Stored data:

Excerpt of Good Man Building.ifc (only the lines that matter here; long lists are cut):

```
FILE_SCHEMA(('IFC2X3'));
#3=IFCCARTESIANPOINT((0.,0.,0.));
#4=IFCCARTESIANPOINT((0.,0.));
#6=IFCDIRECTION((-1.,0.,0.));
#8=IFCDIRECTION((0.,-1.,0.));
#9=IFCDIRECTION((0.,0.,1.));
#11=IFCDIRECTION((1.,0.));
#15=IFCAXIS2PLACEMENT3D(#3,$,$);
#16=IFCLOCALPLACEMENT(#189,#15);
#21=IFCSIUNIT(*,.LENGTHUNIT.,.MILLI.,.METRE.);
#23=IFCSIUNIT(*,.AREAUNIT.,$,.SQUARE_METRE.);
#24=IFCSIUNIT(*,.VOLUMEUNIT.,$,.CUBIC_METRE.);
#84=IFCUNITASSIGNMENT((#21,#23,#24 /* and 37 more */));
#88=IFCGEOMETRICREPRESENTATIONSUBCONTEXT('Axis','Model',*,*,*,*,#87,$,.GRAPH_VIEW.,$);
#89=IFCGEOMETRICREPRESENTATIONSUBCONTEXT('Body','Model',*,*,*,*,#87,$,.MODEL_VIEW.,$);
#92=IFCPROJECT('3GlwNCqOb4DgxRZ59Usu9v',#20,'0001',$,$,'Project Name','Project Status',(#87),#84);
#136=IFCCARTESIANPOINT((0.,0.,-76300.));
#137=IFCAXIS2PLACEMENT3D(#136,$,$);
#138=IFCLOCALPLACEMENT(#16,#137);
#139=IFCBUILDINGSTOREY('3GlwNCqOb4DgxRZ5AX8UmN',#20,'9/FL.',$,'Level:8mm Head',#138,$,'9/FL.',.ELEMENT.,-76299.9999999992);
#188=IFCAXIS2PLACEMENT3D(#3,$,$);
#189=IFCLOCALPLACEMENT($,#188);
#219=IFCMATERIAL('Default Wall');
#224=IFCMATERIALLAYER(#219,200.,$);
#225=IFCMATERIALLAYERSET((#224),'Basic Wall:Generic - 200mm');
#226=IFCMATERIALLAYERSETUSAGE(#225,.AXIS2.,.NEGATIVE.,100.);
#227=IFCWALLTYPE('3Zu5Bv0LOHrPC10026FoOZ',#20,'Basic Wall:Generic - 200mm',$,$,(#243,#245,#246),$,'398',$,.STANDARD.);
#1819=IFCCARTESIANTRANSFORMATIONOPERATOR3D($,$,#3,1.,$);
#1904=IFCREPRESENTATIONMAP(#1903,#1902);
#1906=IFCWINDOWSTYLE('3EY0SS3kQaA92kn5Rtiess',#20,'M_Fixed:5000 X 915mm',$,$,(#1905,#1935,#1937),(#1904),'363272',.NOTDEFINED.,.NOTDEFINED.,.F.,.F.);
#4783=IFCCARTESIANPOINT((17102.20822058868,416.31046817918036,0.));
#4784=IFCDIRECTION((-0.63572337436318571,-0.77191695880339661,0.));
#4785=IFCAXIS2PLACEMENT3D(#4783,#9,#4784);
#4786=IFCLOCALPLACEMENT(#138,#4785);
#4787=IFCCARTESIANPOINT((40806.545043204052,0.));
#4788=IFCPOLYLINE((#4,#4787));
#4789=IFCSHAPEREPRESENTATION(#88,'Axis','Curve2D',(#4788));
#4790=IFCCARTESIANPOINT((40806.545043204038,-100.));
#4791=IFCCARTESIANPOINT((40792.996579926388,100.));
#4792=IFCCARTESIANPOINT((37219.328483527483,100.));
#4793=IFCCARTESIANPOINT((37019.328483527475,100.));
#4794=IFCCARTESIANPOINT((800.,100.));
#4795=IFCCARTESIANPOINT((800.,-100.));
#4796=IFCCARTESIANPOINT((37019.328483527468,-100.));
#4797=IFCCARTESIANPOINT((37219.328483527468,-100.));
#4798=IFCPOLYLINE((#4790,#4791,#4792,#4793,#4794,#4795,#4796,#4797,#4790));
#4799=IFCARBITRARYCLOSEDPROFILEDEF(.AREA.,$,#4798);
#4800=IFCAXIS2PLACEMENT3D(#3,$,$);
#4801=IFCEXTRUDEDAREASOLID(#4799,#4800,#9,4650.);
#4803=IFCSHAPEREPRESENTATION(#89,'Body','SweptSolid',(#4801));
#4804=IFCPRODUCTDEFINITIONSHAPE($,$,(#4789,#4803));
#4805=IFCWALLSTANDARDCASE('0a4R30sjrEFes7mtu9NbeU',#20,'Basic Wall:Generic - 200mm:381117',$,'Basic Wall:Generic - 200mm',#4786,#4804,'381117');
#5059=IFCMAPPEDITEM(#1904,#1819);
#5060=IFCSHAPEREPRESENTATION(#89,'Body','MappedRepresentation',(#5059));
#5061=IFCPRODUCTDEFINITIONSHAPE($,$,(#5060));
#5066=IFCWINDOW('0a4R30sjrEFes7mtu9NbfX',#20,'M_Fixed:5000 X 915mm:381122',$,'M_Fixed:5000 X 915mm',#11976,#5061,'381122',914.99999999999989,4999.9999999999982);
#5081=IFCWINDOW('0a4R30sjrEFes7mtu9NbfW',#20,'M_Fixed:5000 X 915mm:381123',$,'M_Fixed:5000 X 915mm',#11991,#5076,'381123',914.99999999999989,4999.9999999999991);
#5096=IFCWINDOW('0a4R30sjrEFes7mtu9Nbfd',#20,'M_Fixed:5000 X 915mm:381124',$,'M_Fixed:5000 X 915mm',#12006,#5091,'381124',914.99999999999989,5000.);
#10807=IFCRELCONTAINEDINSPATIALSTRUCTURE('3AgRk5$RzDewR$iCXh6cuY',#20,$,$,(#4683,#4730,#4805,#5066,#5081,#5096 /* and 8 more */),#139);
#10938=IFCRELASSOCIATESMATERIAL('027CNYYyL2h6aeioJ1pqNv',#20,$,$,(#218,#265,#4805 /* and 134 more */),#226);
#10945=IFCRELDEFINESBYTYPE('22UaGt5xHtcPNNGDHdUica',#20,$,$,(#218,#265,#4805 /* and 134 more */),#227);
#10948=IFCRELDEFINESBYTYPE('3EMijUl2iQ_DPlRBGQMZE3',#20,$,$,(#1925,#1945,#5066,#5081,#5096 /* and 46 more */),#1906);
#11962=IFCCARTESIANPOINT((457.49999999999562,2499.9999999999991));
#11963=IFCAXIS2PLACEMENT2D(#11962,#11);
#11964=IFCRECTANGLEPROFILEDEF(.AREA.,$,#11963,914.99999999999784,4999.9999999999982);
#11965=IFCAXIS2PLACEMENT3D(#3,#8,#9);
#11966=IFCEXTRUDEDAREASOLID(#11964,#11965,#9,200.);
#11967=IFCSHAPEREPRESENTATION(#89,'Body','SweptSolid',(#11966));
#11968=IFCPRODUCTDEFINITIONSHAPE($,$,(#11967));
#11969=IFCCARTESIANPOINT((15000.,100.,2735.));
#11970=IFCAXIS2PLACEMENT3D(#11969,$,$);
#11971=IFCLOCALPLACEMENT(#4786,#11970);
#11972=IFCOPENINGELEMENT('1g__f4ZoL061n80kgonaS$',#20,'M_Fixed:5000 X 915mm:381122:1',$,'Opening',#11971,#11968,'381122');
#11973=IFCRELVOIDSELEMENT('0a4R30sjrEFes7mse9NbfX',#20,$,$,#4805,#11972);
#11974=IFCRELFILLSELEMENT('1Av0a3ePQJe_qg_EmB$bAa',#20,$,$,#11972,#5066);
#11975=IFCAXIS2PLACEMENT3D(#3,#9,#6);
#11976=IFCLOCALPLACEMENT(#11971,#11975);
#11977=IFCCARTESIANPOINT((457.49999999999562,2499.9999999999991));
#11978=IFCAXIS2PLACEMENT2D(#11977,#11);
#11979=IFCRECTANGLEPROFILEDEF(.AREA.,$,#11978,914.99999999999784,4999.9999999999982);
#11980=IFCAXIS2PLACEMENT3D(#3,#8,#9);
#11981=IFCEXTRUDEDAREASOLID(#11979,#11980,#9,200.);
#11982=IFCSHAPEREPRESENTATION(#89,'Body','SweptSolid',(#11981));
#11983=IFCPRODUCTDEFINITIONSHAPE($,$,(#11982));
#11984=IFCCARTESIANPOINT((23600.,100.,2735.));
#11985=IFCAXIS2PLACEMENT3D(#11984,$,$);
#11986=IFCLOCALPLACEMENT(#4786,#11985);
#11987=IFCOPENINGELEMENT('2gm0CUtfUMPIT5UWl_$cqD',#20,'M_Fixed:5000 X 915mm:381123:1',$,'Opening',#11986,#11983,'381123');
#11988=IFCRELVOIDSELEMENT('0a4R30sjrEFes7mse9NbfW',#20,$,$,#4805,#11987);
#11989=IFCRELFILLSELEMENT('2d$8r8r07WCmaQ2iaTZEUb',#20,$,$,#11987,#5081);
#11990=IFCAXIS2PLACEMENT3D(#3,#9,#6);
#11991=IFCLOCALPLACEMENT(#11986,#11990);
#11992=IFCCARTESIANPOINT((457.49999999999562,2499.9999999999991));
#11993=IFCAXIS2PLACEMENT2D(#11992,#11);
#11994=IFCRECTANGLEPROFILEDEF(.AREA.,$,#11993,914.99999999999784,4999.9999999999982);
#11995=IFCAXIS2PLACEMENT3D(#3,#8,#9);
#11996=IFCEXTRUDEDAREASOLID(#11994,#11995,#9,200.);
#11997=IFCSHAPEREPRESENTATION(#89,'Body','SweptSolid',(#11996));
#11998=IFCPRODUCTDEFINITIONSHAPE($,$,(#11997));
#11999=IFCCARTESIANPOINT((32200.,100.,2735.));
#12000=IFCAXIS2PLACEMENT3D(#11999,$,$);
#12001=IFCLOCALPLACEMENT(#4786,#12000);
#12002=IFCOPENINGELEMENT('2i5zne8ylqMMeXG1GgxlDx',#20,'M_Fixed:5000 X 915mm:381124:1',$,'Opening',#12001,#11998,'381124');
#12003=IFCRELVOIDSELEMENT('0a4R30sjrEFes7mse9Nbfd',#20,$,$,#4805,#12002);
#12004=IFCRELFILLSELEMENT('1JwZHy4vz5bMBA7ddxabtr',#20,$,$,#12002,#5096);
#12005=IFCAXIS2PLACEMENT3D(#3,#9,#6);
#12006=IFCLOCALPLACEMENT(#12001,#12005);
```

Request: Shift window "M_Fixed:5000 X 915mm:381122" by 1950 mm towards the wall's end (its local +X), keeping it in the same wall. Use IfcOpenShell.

```python
import ifcopenshell
import ifcopenshell.api.geometry
import ifcopenshell.util.placement
import ifcopenshell.util.unit

model = ifcopenshell.open("Good Man Building.ifc")
unit_scale = ifcopenshell.util.unit.calculate_unit_scale(model)

window = model.by_guid("0a4R30sjrEFes7mtu9NbfX")
opening = window.FillsVoids[0].RelatingOpeningElement
wall = opening.VoidsElements[0].RelatingBuildingElement

wall_matrix = ifcopenshell.util.placement.get_local_placement(wall.ObjectPlacement)
shift = wall_matrix[:3, 0] * 1.95 / unit_scale
before = ifcopenshell.util.placement.get_local_placement(window.ObjectPlacement)[:3, 3].copy()

# The window is placed relative to its opening, so it follows when the opening moves.
matrix = ifcopenshell.util.placement.get_local_placement(opening.ObjectPlacement)
matrix[:3, 3] += shift
ifcopenshell.api.geometry.edit_object_placement(
    model, product=opening, matrix=matrix, is_si=False, should_transform_children=True
)

after = ifcopenshell.util.placement.get_local_placement(window.ObjectPlacement)[:3, 3]
print("window moved by", (after - before).round(3) + 0.0)

model.write("Good Man Building_updated.ifc")
```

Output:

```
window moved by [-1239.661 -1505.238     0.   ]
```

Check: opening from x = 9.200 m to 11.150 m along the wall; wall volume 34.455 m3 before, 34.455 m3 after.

Task directions: Whenever a line in the data holds "Generic", copy that line.

Solved problem:
#225=IFCMATERIALLAYERSET((#224),'Basic Wall:Generic - 200mm');
#227=IFCWALLTYPE('3Zu5Bv0LOHrPC10026FoOZ',#20,'Basic Wall:Generic - 200mm',$,$,(#243,#245,#246),$,'398',$,.STANDARD.);
#4805=IFCWALLSTANDARDCASE('0a4R30sjrEFes7mtu9NbeU',#20,'Basic Wall:Generic - 200mm:381117',$,'Basic Wall:Generic - 200mm',#4786,#4804,'381117');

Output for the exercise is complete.